Selection and Amplification
The role of these major foundations was not to dictate content through heavy-handed and direct control. Philanthropic influence operates far more subtly: through the mechanisms of selection, amplification, and the conferring of institutional prestige. During the fracturing of the women’s liberation movement in the late 1960s and early 1970s, there were intense, often bitter debates between radical, anti-capitalist feminists who viewed patriarchy as inextricably linked to class exploitation and liberal, reformist feminists.
Foundations like Ford inherently favoured the liberal and reformist wing. During a period of conservative backlash and calls for “law and order,” philanthropies sought to temper radicalism by channelling revolutionary energy into “constructive action”, legal battles, academic research, public policy centres, and legislative reform. By directing millions of dollars toward liberal organisations like NOW and Ms. magazine, while largely ignoring or starving radical, Marxist, or purely grassroots collectives, the philanthropic sector fundamentally shaped the trajectory of the movement. They ensured that the dominant strain of American feminism would seek integration into the corporate and democratic structures of the United States, rather than the overthrow of those structures.
What This Does and Does Not Mean
First and foremost, feminism was not “created,” “manufactured,” or “invented” by the Central Intelligence Agency, the Congress for Cultural Freedom, or the Ford Foundation. The demand for women’s emancipation does have organic roots in Western intellectual and social history, stretching back through the suffrage movements of the nineteenth century, the abolitionist struggles, and the Enlightenment philosophies that preceded them. The frustrations articulated by Betty Friedan and the grassroots activism mobilised by Gloria Steinem and others were authentic responses for some women.
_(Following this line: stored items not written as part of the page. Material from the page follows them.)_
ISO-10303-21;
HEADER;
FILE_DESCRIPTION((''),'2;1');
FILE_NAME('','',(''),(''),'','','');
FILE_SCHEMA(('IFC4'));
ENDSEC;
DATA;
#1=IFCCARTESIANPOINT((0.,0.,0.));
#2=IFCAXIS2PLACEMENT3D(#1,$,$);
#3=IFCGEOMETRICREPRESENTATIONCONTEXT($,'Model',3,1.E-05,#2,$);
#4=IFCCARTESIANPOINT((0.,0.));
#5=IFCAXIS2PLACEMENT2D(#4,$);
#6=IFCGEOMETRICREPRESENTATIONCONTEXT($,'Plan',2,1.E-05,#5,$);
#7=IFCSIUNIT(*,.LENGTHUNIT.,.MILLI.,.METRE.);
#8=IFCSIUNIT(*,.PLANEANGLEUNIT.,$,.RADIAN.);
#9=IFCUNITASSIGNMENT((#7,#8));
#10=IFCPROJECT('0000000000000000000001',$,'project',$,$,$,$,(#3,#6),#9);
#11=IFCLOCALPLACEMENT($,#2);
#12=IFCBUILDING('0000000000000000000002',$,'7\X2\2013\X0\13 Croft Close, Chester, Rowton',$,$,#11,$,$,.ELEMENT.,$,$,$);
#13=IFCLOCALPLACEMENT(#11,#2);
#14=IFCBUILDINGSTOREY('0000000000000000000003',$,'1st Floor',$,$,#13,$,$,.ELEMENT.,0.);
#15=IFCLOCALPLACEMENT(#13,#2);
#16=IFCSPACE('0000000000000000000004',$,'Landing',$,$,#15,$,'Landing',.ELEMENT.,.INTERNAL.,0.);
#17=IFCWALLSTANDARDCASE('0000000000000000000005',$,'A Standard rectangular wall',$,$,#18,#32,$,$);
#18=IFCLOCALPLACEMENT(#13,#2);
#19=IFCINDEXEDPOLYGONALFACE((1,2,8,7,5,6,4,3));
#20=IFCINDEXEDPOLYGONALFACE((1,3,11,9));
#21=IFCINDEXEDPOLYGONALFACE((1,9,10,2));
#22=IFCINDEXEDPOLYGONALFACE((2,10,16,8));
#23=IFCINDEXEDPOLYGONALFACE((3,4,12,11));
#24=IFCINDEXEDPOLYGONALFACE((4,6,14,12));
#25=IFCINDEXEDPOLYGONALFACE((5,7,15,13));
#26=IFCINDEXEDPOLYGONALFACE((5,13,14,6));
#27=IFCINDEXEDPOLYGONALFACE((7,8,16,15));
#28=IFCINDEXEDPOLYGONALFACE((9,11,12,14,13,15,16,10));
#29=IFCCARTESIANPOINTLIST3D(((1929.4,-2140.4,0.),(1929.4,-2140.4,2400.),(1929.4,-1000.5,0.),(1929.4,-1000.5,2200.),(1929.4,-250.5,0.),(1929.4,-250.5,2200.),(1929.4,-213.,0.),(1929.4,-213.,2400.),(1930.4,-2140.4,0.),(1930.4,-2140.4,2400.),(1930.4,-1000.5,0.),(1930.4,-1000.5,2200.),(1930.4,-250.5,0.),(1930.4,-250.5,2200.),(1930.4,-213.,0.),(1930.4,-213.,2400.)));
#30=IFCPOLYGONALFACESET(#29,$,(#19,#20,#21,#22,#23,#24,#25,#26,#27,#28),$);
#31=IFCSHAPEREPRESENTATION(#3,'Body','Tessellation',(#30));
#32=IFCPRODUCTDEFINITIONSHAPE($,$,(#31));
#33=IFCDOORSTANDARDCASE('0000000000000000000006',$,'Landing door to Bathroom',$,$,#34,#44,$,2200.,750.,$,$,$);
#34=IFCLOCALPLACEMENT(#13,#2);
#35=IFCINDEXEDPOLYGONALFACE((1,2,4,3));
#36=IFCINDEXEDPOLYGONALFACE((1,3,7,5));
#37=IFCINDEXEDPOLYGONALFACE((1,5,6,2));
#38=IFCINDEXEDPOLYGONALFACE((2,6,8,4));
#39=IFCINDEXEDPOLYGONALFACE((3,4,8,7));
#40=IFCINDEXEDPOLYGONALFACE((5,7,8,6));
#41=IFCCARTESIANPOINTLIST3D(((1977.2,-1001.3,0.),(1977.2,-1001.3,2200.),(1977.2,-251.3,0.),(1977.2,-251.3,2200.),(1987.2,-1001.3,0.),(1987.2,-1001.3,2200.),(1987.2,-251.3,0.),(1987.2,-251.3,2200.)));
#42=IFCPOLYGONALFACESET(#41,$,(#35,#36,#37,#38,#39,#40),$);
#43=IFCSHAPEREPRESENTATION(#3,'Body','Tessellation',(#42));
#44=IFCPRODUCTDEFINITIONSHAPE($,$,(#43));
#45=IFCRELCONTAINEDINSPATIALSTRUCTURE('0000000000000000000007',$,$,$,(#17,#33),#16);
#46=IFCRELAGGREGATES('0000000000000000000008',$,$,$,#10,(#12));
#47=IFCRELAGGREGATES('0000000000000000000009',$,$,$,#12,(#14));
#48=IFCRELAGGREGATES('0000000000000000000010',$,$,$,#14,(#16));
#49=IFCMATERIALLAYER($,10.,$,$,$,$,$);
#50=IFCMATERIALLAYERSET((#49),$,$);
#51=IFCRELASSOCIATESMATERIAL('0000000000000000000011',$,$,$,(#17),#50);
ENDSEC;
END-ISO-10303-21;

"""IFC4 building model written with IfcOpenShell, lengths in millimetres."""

from ifc_helpers import new_model, si_unit, frame, origin, origin_2d, place, context, project, spatial, rectangle, extrude, layer, layer_set, layer_usage, element, fill, save


model = new_model("IFC4")

# Units and contexts
model_context = context("Model", 3, precision=1e-05, world=origin())
plan_context = context("Plan", 2, precision=1e-05, world=origin_2d())
ifc_project = project(units=[si_unit("LENGTHUNIT", "METRE", prefix="MILLI"), si_unit("PLANEANGLEUNIT", "RADIAN")], contexts=[model_context, plan_context])

# Building, storey
building_placement = place(None, origin())
building = spatial("IfcBuilding", under=ifc_project, at=building_placement, Name="7–13 Croft Close, Chester, Rowton", CompositionType="ELEMENT")
storey_placement = place(building_placement, origin())
storey = spatial("IfcBuildingStorey", under=building, at=storey_placement, Name="1st Floor", CompositionType="ELEMENT", Elevation=0.0)

# Shared definitions
space_1_placement = place(storey_placement, origin())
space_1 = spatial("IfcSpace", under=storey, at=space_1_placement, Name="Landing", LongName="Landing", CompositionType="ELEMENT", PredefinedType="INTERNAL", ElevationWithFlooring=0.0)

# Wall, opening, door
ifc_layer_1 = layer(None, 10.0)
ifc_layer_set_1 = layer_set([ifc_layer_1])
ifc_layer_usage_1 = layer_usage(ifc_layer_set_1, "AXIS2", "NEGATIVE", 150.0)
wall_1_placement = place(storey_placement, origin())
wall_1 = element("IfcWallStandardCase", 1, at=wall_1_placement, inside=space_1, material=ifc_layer_usage_1, Name="A Standard rectangular wall", context=model_context, shape_type="SweptSolid", body=[
    extrude(rectangle(XDim=1.0, YDim=1927.4, at=origin_2d()), frame((1929.9, -1176.7, 0.0), x_axis=(-1.0, 0.0, 0.0)), (0.0, 0.0, 1.0), 2400.0),
])
opening_1_placement = place(storey_placement, origin())
opening_1 = element("IfcOpeningElement", 2, at=opening_1_placement, cuts=wall_1, context=model_context, shape_type="SweptSolid", body=[
    extrude(rectangle(XDim=10.0, YDim=750.0, at=origin_2d()), frame((1929.9, -625.5, 0.0), x_axis=(-1.0, 0.0, 0.0)), (0.0, 0.0, 1.0), 2200.0),
])
door_1_placement = place(storey_placement, frame((52.3, -0.8, 0.0)))
door_1 = element("IfcDoorStandardCase", 3, at=door_1_placement, inside=space_1, Name="Landing door to Bathroom", OverallHeight=2200.0, OverallWidth=750.0, context=model_context, shape_type="SweptSolid", body=[
    extrude(rectangle(XDim=10.0, YDim=750.0, at=origin_2d()), frame((1929.9, -625.5, 0.0), x_axis=(-1.0, 0.0, 0.0)), (0.0, 0.0, 1.0), 2200.0),
])
fill(opening_1, door_1)

save(model, "model.ifc")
However, recognising the authenticity of the grievance does not preclude examining the institutional forces that shaped its resolution. The historical evidence demonstrates that certain strands of feminism were legitimised, and heavily funded because they proved strategically useful within a broader Cold War framework.

Conclusion
The geopolitical conflict of the late twentieth century was characterised by the omnipresent threat of nuclear annihilation, but its most enduring victories were ultimately secured in the realm of culture and ideas. The Cold War did actively mapped the inner life of Western societies, influencing the literature that was read, the art that was celebrated, and the social movements that redefined human relations.
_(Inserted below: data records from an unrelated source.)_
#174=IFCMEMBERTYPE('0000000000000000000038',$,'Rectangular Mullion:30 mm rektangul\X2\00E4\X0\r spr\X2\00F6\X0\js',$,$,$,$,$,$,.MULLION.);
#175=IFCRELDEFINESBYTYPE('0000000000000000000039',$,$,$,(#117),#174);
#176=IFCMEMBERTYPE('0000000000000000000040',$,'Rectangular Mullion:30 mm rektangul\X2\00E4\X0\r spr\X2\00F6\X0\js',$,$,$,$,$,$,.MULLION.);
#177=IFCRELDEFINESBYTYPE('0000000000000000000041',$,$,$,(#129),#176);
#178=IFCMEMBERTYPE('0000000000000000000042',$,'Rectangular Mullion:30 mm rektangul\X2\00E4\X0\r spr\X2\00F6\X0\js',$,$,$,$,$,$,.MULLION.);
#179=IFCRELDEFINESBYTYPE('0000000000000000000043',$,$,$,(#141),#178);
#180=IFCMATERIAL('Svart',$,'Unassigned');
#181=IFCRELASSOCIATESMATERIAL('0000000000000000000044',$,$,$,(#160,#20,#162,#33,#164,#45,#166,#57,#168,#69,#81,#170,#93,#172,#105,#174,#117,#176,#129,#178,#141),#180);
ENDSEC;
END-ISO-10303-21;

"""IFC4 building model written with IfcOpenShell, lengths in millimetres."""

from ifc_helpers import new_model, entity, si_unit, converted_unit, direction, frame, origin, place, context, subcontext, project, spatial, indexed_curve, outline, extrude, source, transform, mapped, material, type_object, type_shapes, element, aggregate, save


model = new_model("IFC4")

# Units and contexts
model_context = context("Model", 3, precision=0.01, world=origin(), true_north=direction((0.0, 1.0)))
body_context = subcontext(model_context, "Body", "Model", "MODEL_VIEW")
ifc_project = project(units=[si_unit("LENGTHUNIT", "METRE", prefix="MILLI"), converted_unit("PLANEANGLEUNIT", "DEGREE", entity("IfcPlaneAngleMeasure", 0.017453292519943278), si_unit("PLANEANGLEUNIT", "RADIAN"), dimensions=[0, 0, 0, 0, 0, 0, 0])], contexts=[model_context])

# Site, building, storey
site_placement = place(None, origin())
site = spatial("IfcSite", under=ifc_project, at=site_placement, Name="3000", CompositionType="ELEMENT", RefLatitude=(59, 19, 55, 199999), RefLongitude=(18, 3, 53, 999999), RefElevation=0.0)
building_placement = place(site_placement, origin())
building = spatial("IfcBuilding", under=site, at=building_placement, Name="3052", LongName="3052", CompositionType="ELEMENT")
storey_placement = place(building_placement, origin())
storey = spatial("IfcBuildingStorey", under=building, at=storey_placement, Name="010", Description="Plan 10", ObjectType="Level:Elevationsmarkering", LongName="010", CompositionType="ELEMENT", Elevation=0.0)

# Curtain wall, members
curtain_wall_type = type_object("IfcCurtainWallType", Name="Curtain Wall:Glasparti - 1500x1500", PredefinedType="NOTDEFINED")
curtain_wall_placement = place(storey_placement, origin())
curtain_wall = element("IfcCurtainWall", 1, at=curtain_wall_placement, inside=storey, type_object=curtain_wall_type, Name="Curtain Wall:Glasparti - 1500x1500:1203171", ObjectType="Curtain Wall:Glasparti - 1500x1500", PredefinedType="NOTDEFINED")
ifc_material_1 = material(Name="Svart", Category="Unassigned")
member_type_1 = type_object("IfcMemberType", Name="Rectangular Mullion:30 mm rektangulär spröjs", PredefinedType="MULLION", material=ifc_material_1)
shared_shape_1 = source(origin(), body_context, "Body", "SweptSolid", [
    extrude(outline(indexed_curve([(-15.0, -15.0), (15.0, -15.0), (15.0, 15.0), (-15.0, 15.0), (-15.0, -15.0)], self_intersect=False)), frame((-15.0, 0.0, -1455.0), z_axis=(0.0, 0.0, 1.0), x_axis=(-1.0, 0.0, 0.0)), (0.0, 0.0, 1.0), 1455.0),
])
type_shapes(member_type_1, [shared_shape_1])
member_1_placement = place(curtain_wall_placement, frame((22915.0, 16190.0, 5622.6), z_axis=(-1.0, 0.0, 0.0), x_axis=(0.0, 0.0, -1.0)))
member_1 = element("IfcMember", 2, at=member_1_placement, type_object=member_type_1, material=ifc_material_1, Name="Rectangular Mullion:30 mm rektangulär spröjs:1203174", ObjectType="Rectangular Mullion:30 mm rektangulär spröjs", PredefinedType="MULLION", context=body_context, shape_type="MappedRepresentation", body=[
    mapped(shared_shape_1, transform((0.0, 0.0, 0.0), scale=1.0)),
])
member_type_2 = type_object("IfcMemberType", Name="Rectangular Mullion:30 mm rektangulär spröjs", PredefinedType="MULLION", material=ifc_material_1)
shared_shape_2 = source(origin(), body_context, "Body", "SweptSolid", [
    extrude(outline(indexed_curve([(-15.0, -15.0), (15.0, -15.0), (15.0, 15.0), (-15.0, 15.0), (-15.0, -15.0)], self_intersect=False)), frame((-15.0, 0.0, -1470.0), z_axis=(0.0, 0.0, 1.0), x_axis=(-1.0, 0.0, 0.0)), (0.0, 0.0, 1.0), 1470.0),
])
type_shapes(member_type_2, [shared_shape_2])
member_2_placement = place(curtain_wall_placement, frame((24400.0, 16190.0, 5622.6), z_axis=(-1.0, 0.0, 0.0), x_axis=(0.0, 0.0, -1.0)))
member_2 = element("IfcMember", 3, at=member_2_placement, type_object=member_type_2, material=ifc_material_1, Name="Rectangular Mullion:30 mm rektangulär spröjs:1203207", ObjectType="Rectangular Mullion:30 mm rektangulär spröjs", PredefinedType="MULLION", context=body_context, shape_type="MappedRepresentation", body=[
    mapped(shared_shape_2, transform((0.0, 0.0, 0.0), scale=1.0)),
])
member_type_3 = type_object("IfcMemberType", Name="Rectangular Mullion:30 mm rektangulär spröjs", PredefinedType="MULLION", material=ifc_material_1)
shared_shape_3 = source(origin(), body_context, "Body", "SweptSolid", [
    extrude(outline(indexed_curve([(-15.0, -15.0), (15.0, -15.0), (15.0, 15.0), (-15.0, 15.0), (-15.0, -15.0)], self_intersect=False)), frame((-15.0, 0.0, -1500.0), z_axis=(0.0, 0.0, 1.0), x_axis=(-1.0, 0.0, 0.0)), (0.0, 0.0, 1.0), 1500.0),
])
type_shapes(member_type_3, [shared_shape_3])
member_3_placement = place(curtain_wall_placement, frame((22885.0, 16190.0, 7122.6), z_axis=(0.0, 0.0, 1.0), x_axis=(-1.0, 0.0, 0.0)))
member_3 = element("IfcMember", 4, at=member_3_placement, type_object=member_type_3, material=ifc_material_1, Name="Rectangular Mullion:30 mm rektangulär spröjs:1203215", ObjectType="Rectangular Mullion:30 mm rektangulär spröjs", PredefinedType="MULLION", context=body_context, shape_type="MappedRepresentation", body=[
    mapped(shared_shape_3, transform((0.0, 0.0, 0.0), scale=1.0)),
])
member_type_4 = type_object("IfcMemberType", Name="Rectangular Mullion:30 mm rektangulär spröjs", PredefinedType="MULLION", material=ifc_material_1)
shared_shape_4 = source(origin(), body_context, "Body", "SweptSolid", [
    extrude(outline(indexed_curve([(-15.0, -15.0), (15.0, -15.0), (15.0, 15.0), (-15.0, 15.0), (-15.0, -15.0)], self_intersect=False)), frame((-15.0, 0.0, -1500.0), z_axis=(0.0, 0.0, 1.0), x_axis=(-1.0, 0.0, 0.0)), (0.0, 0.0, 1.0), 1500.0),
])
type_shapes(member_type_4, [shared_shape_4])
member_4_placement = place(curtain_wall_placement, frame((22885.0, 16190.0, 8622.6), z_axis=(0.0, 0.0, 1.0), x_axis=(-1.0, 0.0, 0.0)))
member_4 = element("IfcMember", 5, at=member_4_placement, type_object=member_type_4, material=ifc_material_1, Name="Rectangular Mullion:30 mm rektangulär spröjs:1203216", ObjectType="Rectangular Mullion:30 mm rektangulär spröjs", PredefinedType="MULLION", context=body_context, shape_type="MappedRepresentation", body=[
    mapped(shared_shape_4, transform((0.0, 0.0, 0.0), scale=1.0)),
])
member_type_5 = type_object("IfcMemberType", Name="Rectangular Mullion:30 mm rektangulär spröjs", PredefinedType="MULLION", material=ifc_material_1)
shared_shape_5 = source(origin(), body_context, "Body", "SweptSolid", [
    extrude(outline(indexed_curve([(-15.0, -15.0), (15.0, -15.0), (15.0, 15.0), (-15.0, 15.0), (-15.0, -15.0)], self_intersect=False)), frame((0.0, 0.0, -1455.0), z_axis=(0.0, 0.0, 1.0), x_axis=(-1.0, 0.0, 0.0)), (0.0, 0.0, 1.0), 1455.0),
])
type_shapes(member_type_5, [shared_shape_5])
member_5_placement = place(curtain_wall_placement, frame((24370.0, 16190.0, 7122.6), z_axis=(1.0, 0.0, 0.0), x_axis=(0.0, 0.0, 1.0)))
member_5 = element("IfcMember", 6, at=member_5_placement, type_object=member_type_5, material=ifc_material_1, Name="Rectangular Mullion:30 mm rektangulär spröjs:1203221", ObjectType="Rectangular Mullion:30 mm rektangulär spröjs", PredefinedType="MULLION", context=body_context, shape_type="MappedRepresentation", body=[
The history of the Congress for Cultural Freedom, the covert funding of the Independent Research Service, the tactical deployment of the Committee of Correspondence, and the massive philanthropic interventions of the 1970s collectively reveal the hidden architecture of cultural power. They demonstrate that the triumph of liberal individualism, including its feminist iterations, was not purely the result of a spontaneous, inevitable intellectual awakening. It was, at least in part, the product of a highly organised, staggeringly well-funded strategy designed to promote forms of freedom that were structurally aligned with Western capitalist interests.
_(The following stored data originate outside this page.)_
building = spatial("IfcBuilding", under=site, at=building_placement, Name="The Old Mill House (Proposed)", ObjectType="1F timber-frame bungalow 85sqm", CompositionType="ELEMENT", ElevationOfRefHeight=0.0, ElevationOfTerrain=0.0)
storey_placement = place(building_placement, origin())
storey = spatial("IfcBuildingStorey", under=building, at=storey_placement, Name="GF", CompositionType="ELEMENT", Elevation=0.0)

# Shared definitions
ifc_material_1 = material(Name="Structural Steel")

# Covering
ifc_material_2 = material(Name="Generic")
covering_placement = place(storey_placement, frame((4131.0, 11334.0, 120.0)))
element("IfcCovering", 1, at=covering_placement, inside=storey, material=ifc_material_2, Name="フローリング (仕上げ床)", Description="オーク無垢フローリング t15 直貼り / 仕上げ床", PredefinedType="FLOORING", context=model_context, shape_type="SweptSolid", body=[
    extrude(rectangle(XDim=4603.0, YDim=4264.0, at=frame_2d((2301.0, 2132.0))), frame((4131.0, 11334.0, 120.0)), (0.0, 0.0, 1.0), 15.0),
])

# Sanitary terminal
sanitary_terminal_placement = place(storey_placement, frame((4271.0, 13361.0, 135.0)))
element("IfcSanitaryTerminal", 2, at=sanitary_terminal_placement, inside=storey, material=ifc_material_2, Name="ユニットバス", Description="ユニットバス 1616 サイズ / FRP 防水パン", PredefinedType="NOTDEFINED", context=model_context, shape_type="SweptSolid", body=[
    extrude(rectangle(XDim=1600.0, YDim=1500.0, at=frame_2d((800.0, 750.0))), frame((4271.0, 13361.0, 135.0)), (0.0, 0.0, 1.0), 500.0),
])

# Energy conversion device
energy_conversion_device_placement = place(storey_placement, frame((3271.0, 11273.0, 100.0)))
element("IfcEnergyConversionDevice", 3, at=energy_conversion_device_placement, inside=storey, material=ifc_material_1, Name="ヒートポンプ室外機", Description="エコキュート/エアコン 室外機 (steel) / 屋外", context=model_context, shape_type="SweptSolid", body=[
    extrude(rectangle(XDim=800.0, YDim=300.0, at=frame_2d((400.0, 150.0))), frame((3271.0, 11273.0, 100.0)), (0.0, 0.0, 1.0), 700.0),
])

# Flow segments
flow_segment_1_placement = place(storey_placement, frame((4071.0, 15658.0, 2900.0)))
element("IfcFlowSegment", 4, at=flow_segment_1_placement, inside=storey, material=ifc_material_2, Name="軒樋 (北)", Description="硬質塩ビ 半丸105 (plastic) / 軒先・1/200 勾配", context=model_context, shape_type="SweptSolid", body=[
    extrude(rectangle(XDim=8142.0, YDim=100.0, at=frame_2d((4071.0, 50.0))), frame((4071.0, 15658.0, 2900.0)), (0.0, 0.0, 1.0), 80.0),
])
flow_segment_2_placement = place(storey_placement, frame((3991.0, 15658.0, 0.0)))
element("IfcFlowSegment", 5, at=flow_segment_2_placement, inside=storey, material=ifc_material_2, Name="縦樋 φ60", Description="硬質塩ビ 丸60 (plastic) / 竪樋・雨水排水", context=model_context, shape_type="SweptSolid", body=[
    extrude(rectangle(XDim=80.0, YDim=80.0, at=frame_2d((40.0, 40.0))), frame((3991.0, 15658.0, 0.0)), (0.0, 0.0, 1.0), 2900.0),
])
The realisation that organisations and individuals dedicated to human liberation were simultaneously serving as instruments of statecraft is undeniably unsettling. It forces a reassessment of the presumed autonomy of civil society. The legacy of the Cultural Cold War suggests that the boundary between authentic cultural evolution and institutional influence is far more porous than modern democratic societies care to admit.